In accordance with section 4 (8) of the WpPG, the securities information sheet is to be kept up to date and/or corrected, if necessary, for the duration of the public offer. The updated version is also to be filed with BaFin and to be published. It does not need to be approved by BaFin again.
The approval of the publication of a securities information sheet carries a fee in accordance with sections 1 no. 3 and 2 (1) of the Fees Regulation in respect of Financial Services Supervision (Finanzdienstleistungsaufsichtsgebührenverordnung – FinDAGebV) and no. 3.2 of the annex to section 2 (1) of the FinDAGebV. The fee is €5,923. If the application for approval of publication of the securities information sheet is withdrawn, the fee will be up to 75 percent of the amount for the approval (up to €4,442.25). If the application is refused or rejected, a fee will be charged of up to the amount chargeable for the individually attributable official act applied for, which is up to €5,923.
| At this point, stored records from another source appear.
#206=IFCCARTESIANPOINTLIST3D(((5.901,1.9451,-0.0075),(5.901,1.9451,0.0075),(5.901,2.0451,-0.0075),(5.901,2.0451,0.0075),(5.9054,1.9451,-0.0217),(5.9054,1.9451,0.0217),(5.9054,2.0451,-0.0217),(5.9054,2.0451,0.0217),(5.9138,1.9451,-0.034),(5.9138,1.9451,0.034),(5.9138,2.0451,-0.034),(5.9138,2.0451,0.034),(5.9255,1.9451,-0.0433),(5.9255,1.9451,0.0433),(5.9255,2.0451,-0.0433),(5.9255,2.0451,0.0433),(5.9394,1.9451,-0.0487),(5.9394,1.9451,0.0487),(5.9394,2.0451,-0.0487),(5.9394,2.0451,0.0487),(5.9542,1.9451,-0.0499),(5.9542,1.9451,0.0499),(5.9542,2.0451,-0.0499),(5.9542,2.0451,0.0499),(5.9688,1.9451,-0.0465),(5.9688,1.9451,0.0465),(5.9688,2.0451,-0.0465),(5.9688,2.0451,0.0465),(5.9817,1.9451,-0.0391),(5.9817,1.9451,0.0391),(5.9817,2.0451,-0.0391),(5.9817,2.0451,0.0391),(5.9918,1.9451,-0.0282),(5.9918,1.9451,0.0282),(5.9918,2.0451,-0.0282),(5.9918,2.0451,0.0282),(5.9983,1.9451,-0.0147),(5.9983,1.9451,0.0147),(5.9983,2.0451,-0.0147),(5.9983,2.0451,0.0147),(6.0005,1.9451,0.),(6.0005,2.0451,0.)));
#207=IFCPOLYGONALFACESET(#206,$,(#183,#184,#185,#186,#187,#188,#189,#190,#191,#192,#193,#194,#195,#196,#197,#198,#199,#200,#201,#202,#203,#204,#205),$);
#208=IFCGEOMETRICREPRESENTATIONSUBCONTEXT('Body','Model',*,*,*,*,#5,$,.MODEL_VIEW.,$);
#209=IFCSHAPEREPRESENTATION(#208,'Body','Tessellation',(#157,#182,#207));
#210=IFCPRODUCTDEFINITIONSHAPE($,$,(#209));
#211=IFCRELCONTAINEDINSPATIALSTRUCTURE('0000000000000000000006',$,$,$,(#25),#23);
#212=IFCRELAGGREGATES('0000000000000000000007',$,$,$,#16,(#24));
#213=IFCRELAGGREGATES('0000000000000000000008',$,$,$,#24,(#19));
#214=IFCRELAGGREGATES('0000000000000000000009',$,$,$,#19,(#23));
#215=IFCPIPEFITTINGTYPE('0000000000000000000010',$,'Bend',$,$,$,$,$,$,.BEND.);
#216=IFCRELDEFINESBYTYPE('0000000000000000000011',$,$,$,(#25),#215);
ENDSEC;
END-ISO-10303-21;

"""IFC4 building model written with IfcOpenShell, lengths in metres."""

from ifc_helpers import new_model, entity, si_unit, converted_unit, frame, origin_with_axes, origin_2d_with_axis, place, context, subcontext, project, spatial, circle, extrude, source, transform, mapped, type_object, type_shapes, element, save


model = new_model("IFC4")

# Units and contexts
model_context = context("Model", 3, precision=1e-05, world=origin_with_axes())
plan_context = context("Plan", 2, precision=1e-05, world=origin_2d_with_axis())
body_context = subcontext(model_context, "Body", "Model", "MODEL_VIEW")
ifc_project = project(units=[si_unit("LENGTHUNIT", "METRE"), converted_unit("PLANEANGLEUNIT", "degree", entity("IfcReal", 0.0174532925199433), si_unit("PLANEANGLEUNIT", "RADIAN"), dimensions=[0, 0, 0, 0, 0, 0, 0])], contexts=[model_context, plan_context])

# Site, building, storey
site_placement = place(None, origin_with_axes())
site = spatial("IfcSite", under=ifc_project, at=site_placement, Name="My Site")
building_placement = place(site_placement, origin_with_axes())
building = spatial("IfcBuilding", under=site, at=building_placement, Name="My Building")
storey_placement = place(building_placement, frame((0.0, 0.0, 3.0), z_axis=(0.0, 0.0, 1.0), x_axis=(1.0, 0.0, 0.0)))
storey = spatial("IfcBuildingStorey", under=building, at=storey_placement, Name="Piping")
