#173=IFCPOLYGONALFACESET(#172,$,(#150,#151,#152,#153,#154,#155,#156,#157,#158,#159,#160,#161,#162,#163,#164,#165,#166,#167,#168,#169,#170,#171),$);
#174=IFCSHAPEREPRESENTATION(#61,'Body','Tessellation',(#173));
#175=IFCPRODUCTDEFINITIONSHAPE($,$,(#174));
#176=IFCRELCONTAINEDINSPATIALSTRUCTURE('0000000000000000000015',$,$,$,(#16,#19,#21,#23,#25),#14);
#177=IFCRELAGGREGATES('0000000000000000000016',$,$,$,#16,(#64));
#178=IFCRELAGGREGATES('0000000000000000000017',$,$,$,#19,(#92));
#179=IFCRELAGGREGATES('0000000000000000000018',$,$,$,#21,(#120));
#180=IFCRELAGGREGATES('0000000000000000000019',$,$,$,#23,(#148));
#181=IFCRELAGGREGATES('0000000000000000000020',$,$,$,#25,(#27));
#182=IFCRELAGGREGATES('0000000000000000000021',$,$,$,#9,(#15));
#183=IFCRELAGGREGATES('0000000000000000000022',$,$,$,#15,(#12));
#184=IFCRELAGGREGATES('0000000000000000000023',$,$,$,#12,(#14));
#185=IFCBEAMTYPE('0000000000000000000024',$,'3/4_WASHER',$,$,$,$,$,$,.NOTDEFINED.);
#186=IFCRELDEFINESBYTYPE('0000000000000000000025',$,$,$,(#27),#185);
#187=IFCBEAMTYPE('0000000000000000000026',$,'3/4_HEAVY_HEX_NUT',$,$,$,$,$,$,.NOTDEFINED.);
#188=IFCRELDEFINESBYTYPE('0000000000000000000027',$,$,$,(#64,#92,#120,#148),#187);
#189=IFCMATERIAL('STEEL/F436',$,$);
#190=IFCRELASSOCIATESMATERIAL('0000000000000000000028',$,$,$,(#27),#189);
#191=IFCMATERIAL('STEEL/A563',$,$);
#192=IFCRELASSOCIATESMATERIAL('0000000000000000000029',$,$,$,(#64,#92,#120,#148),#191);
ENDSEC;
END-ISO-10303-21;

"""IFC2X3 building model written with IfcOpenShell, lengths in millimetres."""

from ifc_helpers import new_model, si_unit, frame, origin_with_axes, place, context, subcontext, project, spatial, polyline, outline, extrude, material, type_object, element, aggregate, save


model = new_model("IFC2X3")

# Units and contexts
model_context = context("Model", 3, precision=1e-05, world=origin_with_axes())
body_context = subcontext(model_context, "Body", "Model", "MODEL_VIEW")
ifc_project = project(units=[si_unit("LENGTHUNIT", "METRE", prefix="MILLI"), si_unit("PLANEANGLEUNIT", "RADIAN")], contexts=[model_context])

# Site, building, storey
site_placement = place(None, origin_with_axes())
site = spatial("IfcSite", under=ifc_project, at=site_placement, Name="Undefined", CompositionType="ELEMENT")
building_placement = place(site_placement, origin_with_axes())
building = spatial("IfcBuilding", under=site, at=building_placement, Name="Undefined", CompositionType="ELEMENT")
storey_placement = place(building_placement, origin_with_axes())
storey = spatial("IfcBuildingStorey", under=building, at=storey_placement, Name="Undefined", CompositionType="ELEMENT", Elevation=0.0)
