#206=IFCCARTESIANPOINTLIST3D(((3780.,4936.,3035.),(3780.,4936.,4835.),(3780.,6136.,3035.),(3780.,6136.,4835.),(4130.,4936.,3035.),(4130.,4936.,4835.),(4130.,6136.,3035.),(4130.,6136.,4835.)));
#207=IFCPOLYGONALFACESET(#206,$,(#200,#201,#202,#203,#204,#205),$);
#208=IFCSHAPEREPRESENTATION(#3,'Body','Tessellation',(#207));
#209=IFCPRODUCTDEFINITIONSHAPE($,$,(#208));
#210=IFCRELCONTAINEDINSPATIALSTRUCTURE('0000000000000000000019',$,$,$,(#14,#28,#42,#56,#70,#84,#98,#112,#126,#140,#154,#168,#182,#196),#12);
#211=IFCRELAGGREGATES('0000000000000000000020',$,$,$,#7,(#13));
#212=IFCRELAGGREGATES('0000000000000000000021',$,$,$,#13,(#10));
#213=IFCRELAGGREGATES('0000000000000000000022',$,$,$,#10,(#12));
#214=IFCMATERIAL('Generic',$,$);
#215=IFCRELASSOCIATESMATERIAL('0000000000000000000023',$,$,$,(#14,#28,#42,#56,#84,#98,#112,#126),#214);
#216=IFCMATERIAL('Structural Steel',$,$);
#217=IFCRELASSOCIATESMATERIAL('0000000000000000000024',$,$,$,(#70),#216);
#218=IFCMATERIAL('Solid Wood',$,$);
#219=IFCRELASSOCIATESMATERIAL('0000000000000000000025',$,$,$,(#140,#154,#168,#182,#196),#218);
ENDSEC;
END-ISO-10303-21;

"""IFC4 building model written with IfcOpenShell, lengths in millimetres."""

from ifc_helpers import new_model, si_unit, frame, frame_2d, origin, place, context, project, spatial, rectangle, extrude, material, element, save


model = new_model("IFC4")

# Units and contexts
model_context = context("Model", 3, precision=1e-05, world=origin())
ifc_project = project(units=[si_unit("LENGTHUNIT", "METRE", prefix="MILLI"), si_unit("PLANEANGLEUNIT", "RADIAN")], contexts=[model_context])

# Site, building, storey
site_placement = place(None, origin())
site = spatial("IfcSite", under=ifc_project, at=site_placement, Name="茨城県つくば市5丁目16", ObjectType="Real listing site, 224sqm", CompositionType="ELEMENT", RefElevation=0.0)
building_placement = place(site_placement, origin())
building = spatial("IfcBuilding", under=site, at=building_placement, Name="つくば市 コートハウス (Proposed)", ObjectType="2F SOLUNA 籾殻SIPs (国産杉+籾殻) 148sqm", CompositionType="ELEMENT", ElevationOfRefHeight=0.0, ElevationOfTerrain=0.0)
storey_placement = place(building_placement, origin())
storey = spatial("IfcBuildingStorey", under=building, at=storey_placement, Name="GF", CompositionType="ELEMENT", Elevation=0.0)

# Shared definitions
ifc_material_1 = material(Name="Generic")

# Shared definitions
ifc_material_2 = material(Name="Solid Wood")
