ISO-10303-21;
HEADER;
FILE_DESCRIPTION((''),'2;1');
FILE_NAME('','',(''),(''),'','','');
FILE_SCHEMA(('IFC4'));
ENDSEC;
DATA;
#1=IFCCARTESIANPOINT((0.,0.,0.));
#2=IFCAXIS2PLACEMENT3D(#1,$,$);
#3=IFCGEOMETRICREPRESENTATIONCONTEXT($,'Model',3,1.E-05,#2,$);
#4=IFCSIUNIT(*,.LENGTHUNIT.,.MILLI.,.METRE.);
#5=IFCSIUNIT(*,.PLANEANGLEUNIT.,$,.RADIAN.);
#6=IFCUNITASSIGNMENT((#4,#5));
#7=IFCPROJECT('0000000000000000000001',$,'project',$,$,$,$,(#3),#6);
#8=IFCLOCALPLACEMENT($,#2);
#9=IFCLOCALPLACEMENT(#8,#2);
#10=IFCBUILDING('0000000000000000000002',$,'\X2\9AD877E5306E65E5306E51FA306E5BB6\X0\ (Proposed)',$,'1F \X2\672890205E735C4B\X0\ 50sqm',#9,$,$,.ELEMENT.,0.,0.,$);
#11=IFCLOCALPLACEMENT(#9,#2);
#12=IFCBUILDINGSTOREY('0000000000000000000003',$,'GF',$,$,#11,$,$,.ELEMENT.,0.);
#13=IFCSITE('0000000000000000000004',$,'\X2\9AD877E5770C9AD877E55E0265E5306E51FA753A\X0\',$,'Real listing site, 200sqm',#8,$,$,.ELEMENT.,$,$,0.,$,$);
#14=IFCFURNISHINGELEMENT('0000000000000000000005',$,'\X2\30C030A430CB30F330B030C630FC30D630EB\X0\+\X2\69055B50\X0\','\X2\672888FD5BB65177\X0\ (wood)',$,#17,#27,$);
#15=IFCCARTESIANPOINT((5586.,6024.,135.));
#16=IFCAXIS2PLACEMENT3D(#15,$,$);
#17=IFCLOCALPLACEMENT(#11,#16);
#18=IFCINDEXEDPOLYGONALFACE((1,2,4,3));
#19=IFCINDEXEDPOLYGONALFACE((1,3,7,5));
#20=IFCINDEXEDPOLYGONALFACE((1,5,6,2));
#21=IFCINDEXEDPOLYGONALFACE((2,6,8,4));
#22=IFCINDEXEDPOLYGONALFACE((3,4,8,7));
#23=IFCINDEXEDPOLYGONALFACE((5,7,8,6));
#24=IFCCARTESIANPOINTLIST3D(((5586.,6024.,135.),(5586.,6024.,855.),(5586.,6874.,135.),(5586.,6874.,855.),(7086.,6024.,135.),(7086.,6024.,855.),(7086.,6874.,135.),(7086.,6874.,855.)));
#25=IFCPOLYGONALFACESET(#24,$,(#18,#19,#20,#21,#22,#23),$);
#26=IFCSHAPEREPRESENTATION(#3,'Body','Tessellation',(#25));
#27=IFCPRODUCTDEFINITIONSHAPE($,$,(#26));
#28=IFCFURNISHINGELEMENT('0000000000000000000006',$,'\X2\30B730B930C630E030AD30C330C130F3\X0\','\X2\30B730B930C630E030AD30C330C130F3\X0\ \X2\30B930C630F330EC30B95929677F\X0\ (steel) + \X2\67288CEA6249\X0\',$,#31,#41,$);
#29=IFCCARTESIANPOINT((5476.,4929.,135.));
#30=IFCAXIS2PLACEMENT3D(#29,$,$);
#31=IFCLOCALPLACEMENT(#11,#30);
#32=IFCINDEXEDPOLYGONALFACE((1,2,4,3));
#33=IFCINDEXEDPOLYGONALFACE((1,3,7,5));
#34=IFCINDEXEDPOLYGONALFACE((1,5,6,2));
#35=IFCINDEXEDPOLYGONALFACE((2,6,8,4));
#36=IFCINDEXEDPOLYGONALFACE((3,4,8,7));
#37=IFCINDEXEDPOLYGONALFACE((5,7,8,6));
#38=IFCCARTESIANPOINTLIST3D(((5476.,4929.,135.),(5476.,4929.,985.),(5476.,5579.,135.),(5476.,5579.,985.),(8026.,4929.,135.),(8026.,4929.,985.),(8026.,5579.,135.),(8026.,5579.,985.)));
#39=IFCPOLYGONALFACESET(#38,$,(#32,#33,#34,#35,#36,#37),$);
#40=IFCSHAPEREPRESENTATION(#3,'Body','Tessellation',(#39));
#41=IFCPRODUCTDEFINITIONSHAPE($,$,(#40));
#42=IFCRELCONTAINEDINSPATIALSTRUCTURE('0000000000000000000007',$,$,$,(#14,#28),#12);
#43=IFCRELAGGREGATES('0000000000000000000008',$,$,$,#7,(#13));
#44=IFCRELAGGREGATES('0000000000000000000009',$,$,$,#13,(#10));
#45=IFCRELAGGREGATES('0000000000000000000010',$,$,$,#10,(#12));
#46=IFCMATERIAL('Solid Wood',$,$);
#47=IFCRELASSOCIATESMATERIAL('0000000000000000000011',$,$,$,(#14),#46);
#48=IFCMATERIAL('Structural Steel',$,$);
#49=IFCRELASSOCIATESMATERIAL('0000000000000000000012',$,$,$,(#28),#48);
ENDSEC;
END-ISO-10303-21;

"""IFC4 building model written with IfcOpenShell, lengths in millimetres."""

from ifc_helpers import new_model, si_unit, frame, frame_2d, origin, place, context, project, spatial, rectangle, extrude, material, element, save


model = new_model("IFC4")

# Units and contexts
model_context = context("Model", 3, precision=1e-05, world=origin())
ifc_project = project(units=[si_unit("LENGTHUNIT", "METRE", prefix="MILLI"), si_unit("PLANEANGLEUNIT", "RADIAN")], contexts=[model_context])

# Site, building, storey
site_placement = place(None, origin())
site = spatial("IfcSite", under=ifc_project, at=site_placement, Name="高知県高知市日の出町", ObjectType="Real listing site, 200sqm", CompositionType="ELEMENT", RefElevation=0.0)
building_placement = place(site_placement, origin())
building = spatial("IfcBuilding", under=site, at=building_placement, Name="高知の日の出の家 (Proposed)", ObjectType="1F 木造平屋 50sqm", CompositionType="ELEMENT", ElevationOfRefHeight=0.0, ElevationOfTerrain=0.0)
storey_placement = place(building_placement, origin())
storey = spatial("IfcBuildingStorey", under=building, at=storey_placement, Name="GF", CompositionType="ELEMENT", Elevation=0.0)

# Shared definitions
ifc_material_1 = material(Name="Solid Wood")

# Shared definitions
ifc_material_2 = material(Name="Structural Steel")

# Furnishing elements
furnishing_1_placement = place(storey_placement, frame((5586.0, 6024.0, 135.0)))
element("IfcFurnishingElement", 1, at=furnishing_1_placement, inside=storey, material=ifc_material_1, Name="ダイニングテーブル+椅子", Description="木製家具 (wood)", context=model_context, shape_type="SweptSolid", body=[
    extrude(rectangle(XDim=1500.0, YDim=850.0, at=frame_2d((750.0, 425.0))), frame((5586.0, 6024.0, 135.0)), (0.0, 0.0, 1.0), 720.0),
])
furnishing_2_placement = place(storey_placement, frame((5476.0, 4929.0, 135.0)))
element("IfcFurnishingElement", 2, at=furnishing_2_placement, inside=storey, material=ifc_material_2, Name="システムキッチン", Description="システムキッチン ステンレス天板 (steel) + 木質扉", context=model_context, shape_type="SweptSolid", body=[
    extrude(rectangle(XDim=2550.0, YDim=650.0, at=frame_2d((1275.0, 325.0))), frame((5476.0, 4929.0, 135.0)), (0.0, 0.0, 1.0), 850.0),
])

save(model, "model.ifc")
The fee of €354 in accordance with no. 3.5 of the annex to section 2 (1) of the FinDAGebV is due when the updated version of the securities information sheet is submitted for the purpose of filing.
The checklist for drawing up a securities information sheet (only available in German) can help you when you plan to submit a securities information sheet. It provides examples relating to BaFin’s administrative practice, but it should not be regarded as exhaustive. If you have legal questions with regard to your specific submission, you can send a preliminary enquiry to BaFin’s Division WA 33. However, you will need to include your own legal opinion, as BaFin acts in the public interest and therefore does not provide legal advice. Please submit your enquiry using the securities information sheet contact form (only available in German).